Михаил Сергеевич заметил и оценил Примакова, но приблизил его отнюдь не сразу.
Александр Яковлев:
– Поначалу Горбачев относился к нему несколько настороженно. До обидного настороженно. Внешне все нормально, поручения институту давал, но что-то мешало… Михаила Сергеевича вообще трудно понять. Это вещь в себе. Добраться до души Горбачева невозможно – это человек-луковица. Может быть, все дело в том, что Примаков был близок ко мне, а Михаил Сергеевич к этим вещам настороженно относился. И на этом органы безопасности очень хорошо играли.
– Я однажды в выходной день поехал в Калужскую область, грибы собирал, – рассказывал Яковлев. Вдруг звонок в машину. Горбачев: «А почему с тобой Бакатин и Моисеев? Зачем собрались?». Генерал Моисеев был начальником генерального штаба, Бакатин – министром внутренних дел… А на самом деле никого рядом не было. Яковлев один за грибами ходил. Михаилу Сергеевичу заговоры снились. Не любил, чтобы в его окружении дружили… Горбачев долго сомневался насчет Примакова, присматривался, прикидывал, можно ли доверять этому человеку, продвигать его?
– В 1988 году был такой сюжет, – вспоминает Яковлев. – Подбирали заведующего международным отделом ЦК. Михаил Сергеевич попросил меня предложить две кандидатуры. Я предложил Примакова номером один и Фалина номером два.
Валентин Михайлович Фалин – один из самых известных советских дипломатов. Он был послом в Западной Германии, потом работал в ЦК, очень нравился Брежневу. Но когда родственник Фалина совершил нечто недозволенное, его изгнали из ЦК, отправили обозревателем в газету «Известия».

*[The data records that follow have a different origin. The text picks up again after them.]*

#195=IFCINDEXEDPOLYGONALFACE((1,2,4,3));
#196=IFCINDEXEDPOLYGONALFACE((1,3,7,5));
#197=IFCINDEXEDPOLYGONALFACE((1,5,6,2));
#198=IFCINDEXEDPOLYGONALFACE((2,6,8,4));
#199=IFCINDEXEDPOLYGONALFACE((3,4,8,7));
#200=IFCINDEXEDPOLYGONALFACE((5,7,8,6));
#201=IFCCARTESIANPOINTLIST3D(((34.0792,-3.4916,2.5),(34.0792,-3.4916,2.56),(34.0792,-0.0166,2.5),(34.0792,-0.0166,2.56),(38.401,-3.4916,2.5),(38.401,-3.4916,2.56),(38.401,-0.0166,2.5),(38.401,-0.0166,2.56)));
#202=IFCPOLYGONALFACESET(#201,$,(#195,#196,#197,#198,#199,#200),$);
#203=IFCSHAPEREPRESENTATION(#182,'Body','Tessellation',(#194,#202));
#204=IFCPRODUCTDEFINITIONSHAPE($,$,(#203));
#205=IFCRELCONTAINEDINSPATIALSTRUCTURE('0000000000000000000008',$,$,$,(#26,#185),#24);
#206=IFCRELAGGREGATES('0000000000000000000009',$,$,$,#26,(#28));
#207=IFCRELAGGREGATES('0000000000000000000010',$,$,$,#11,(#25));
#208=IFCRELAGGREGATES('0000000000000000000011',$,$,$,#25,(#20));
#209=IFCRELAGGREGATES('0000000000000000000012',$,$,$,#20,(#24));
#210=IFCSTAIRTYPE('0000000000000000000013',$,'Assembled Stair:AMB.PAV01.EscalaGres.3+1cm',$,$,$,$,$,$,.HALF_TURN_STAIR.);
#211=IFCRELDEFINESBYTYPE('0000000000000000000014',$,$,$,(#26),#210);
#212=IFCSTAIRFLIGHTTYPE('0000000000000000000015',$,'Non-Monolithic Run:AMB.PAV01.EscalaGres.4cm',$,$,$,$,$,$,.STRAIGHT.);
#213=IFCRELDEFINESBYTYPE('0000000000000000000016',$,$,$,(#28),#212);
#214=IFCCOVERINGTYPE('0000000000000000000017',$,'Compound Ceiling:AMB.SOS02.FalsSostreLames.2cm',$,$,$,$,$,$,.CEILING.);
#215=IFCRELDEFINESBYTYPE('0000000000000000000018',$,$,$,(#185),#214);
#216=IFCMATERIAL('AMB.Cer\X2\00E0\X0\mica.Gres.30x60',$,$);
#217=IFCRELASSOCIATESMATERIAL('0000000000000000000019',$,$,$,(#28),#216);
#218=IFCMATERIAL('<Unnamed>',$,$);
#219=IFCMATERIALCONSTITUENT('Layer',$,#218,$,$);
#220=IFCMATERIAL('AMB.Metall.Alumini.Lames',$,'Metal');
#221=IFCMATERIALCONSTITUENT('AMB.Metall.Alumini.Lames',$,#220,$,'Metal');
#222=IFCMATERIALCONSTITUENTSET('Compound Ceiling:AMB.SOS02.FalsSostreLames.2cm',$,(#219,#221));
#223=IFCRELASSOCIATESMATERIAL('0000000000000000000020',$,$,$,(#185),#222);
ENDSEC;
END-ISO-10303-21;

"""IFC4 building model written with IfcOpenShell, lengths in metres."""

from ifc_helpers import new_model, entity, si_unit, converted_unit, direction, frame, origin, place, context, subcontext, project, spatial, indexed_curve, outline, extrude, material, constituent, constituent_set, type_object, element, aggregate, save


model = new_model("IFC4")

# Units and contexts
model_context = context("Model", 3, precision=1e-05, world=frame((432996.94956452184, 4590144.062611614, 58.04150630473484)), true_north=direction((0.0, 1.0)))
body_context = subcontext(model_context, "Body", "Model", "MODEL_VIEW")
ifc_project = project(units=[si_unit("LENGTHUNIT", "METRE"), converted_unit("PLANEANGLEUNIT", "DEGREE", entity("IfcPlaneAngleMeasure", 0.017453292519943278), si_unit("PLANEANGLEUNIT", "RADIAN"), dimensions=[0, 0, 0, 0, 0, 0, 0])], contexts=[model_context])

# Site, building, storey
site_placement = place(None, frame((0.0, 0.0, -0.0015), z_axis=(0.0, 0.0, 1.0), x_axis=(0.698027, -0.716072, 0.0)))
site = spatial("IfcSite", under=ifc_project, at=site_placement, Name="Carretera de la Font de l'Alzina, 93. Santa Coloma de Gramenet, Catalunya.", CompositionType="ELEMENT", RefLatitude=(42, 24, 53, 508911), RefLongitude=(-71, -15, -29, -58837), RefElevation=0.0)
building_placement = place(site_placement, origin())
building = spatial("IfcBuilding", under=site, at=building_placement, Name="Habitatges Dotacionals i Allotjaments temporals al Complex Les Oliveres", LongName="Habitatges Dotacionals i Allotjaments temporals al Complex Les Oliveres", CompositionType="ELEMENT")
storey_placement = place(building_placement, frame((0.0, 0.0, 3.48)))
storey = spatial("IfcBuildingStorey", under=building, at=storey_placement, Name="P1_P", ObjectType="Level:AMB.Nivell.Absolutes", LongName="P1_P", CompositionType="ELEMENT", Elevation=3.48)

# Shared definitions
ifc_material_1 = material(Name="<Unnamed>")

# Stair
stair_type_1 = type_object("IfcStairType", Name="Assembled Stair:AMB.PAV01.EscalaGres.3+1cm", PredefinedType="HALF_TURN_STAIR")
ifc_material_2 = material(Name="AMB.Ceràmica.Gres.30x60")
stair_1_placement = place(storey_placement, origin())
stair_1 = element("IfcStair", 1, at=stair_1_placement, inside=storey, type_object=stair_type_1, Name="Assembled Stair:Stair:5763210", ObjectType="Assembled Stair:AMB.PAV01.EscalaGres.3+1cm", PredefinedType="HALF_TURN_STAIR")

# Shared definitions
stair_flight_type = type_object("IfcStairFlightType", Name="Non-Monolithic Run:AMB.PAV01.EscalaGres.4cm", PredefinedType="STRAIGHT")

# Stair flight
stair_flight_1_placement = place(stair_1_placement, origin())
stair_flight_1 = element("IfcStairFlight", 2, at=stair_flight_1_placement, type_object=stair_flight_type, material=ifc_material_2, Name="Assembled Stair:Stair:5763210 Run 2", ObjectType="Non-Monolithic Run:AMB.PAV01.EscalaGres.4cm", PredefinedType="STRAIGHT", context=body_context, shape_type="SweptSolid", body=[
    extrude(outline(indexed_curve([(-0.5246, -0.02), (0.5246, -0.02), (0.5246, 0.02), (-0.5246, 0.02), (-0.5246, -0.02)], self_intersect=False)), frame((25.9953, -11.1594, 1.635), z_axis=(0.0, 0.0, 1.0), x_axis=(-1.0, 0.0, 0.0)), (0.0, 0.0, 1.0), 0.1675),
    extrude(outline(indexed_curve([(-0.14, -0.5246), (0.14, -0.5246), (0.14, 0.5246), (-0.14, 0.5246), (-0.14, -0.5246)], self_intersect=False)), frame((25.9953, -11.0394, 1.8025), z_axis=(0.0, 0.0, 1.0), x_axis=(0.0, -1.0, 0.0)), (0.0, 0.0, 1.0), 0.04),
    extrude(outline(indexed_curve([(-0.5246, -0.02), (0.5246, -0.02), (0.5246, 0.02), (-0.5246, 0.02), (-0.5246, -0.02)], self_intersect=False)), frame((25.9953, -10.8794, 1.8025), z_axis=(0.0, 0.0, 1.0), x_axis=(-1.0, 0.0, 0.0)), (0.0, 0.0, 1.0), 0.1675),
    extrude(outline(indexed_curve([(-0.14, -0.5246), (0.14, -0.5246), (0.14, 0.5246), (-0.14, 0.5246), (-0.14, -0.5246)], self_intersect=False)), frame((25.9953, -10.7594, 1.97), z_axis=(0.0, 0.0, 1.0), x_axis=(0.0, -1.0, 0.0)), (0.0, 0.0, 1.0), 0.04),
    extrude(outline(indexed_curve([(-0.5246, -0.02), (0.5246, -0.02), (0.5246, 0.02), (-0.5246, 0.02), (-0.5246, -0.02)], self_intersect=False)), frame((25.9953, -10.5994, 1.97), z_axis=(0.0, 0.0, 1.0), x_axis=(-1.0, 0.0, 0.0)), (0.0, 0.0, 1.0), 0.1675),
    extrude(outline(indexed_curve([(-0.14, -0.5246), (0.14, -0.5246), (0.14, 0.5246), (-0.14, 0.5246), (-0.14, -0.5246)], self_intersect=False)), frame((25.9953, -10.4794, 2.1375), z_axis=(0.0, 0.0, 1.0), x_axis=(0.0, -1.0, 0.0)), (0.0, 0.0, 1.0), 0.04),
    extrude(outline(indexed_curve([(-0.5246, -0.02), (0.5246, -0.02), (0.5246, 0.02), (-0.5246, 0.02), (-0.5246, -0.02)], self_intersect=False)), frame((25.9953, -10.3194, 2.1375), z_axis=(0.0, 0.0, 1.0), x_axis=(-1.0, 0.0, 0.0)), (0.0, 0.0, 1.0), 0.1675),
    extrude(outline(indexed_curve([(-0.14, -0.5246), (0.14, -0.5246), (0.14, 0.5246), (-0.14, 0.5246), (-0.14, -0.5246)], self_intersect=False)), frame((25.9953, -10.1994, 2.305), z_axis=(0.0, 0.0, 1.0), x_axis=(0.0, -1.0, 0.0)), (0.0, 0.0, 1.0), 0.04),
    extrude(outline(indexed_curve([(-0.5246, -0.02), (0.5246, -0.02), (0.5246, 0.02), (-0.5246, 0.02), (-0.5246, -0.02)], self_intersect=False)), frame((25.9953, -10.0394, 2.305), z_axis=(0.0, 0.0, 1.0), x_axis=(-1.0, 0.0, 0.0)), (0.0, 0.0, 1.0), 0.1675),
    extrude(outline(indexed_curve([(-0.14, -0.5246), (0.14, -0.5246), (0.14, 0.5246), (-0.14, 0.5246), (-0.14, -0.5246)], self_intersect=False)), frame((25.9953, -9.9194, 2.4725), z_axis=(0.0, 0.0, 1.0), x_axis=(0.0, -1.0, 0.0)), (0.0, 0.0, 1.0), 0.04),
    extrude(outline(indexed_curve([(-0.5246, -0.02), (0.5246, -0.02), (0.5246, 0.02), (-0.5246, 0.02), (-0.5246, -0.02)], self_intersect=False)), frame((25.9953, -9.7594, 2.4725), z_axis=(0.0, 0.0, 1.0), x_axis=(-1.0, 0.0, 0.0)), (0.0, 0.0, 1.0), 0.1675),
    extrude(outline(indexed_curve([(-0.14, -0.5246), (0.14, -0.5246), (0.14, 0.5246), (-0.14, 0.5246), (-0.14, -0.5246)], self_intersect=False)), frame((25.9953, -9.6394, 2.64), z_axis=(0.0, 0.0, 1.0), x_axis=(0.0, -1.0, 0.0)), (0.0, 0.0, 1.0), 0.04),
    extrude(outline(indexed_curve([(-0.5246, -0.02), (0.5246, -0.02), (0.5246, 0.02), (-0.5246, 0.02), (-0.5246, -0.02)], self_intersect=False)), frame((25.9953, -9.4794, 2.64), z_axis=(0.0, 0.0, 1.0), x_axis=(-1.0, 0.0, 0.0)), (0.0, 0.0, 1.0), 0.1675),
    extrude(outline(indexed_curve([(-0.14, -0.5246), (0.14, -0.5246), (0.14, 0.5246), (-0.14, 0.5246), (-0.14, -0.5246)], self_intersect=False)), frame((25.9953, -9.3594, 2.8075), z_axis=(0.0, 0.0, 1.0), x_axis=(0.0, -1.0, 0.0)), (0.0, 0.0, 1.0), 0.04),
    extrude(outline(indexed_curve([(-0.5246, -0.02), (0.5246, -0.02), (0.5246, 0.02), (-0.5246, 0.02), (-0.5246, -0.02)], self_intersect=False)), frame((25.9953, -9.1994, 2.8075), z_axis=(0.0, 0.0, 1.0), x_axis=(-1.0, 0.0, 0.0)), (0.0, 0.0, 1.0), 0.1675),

– Я знаю точно, – продолжает Яковлев, – что выбрали Фалина, потому что комитет госбезопасности отдал ему предпочтение. Михаил Сергеевич сказал: вноси представление в политбюро на Фалина. При этом к Фалину я отношусь нормально, он ученый человек, знаток.
– А потом все-таки Горбачев расположился к Примакову?
– Потом все пошло нормально.
Смена караула
В разведке Примаков сменил кадрового разведчика с очень хорошей репутацией.
Последние два года существования Советского Союза (с января 1989 года) первое главное управление КГБ, которое занималось внешней разведкой, возглавлял генерал-лейтенант Леонид Владимирович Шебаршин.
Шебаршин – один из самых известных разведчиков. Он окончил школу в 1952 году. Как серебряного медалиста его взяли без экзаменов на индийское отделение Института востоковедения, где на арабском отделении уже заканчивал курс Примаков. В 1954 году институт упразднили, студентов перевели в Институт международных отношений. Учился Шебаршин хорошо и на шестом курсе поехал в Пакистан на преддипломную практику. После окончания МГИМО его распределили в министерство иностранных дел. И сразу отправили в Пакистан. Начинал он с должности помощника и переводчика посла, которым был известный дипломат и будущий заместитель министра иностранных дел Михаил Степанович Капица. Под его крылом Шебаршин быстро получил повышение – атташе, третий секретарь. Осенью 1962 года он вернулся в Москву, стал работать в центральном аппарате МИД – референтом в Отделе Юго-Восточной Азии. И почти сразу подающего надежды дипломата пригласили в КГБ. Он принял это предложение с удовольствием.